The order for Qumulo went in during the final quarter of 2020. Qumulo is a software product and was bought through HPE, which supplied pre-configured hardware which comprised six 2U Apollo servers with 36TB of storage capacity.
Qumulo is part of a new wave of scale-out NAS and distributed storage products that seek to address the growing need to store unstructured data, often in the cloud as well as the customer datacentre.
The order was completed with two 1U switches. Besides connecting the Qumulo nodes, the switches enabled four connections of 10GBps to the transcoding servers, which comprised about 30 Windows machines.
“The transcoding servers are connected to the same client and that posed the question of whether to opt for hyper-converged infrastructure [HCI] with compute and storage in the same node,” said Desconnets. “But HCI isn’t suited to our needs where compute is independent of storage capacity. We want to be able to add to one without necessarily adding to the other.
“Our processes also pass through our export servers, which are not dedicated to specific clients and so require a separated infrastructure.”
The components were in place by the end of 2020, said Desconnets. “We needed to get it into production from the start of 2021, but a customer added to their workload just before Christmas. So, we decided to accelerate the migration. In the end, we completed testing for production in two days.”
And then, the solution derailed.
At first, everything went as Cognacq-Jay Image imagined it would. But two months later, it hit a snag.
“In February 2021, we suddenly noticed queues building,” said Desconnets. “A file that would have been sent in an hour took two, or even three hours when transcoding to some formats. Qumulo monitoring tools revealed latencies increased by 100x. But that didn’t mean we knew whether the problem was with disks, or software or our tools.
“So we took advantage of the functionality in the API that enables us to get real-time monitoring.
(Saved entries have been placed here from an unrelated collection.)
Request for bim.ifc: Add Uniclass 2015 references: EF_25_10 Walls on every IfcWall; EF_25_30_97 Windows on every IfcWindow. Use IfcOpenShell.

First a look at what the model holds.

```python
import ifcopenshell

model = ifcopenshell.open("bim.ifc")
print(model.schema)
print("classifications:", [c.Name for c in model.by_type("IfcClassification")])
for ifc_class in ("IfcDoor", "IfcRoof", "IfcStair", "IfcWall", "IfcWindow"):
    print(ifc_class, len(model.by_type(ifc_class)))
```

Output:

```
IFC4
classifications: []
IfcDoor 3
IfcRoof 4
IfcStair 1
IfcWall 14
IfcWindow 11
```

```python
import ifcopenshell
import ifcopenshell.api.classification

model = ifcopenshell.open("bim.ifc")

system = ifcopenshell.api.classification.add_classification(model, classification="Uniclass 2015")

codes = {
    "IfcWall": ("EF_25_10", "Walls"),
    "IfcWindow": ("EF_25_30_97", "Windows"),
}
for ifc_class, (code, name) in codes.items():
    products = model.by_type(ifc_class)
    ifcopenshell.api.classification.add_reference(
        model, products=products, classification=system, identification=code, name=name
    )
    print(code, len(products))

model.write("bim_edited.ifc")
```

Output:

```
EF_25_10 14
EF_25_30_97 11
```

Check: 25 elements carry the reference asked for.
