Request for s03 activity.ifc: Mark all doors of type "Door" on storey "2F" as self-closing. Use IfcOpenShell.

First a look at what the model holds.

```python
import ifcopenshell
import ifcopenshell.util.element

model = ifcopenshell.open("s03 activity.ifc")
print(model.schema)
storey = next(s for s in model.by_type("IfcBuildingStorey") if s.Name == "2F")
doors = [e for e in ifcopenshell.util.element.get_decomposition(storey) if e.is_a("IfcDoor")]
seen = {}
for e in doors:
    element_type = ifcopenshell.util.element.get_type(e)
    key = (element_type.Name if element_type != e and element_type else None, ifcopenshell.util.element.get_pset(e, "Pset_DoorCommon", "SelfClosing"))
    seen[key] = seen.get(key, 0) + 1
for (name, value), count in sorted(seen.items(), key=str):
    print(count, "x", name, "|", value)
```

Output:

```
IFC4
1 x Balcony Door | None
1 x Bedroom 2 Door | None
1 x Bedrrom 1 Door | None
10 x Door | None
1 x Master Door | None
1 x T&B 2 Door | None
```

```python
import ifcopenshell
import ifcopenshell.api.pset
import ifcopenshell.util.element

model = ifcopenshell.open("s03 activity.ifc")

storey = next(s for s in model.by_type("IfcBuildingStorey") if s.Name == "2F")
doors = [e for e in ifcopenshell.util.element.get_decomposition(storey) if e.is_a("IfcDoor")]

count = 0
for e in doors:
    element_type = ifcopenshell.util.element.get_type(e)
    if element_type in (None, e) or element_type.Name != "Door":
        continue
    # add_pset returns the element's existing set when there is one.
    pset = ifcopenshell.api.pset.add_pset(model, product=e, name="Pset_DoorCommon")
    ifcopenshell.api.pset.edit_pset(model, pset=pset, properties={"SelfClosing": True})
    count += 1

print(count, "doors updated")

model.write("s03 activity-out.ifc")
```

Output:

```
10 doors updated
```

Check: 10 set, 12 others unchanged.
As a result of that, I realised that if I turned off some transcoders, everything went faster, and that meant that – paradoxically – parallel working was counter-productive.”
Desconnets soon understood that the problem was to do with the way processing was organised. “We had taken the decision to transcode all files in an initial format, then to put them into a second format, etc,” he said. “But by doing this, we had to load and unload files in cache with each transcoding run.”
He explained that the cache comprised 1TB on each node, with 6TB in total, and so was not enough to hold all files while they were being processed.
“Best practice is to transcode a file in all possible formats, then go to the next file,” said Desconnets. “What we needed to do was to transcode a file and get it out as quickly as possible, rather than do lots at the same time.”
Opportunity for granular monitoring
Desconnets is proud of the monitoring system he has built for the company’s Qumulo deployment. It comprises Zabbix to gather metrics, Kibana to analyse logs and Grafana, which creates graphical visualisations.
“I deployed a console that allowed us to drill down into the provenance of each operation,” said Desconnets. “This monitoring system allows us to resolve all problems in less than a week. At the end of two weeks, we optimised all settings and even discovered bugs that had existed for a long time in our processes and managed to iron them out.”
Since then, the team has added two more Apollo nodes. Raw capacity has increased to 288TB (210TB usable), with the rest given over to redundancy. “On average, we use 100TB a day, but that’s sometimes 180TB one day and 85TB the next,” said Desconnets. “This isn’t storage that grows gradually, but fills and empties all the time.
“Nevertheless, our Qumulo cluster has run like a watch. The metrics keep allowing us to monitor client activity. For example, we have seen where operations have not completed quickly enough and that has allowed us to resolve bottlenecks.”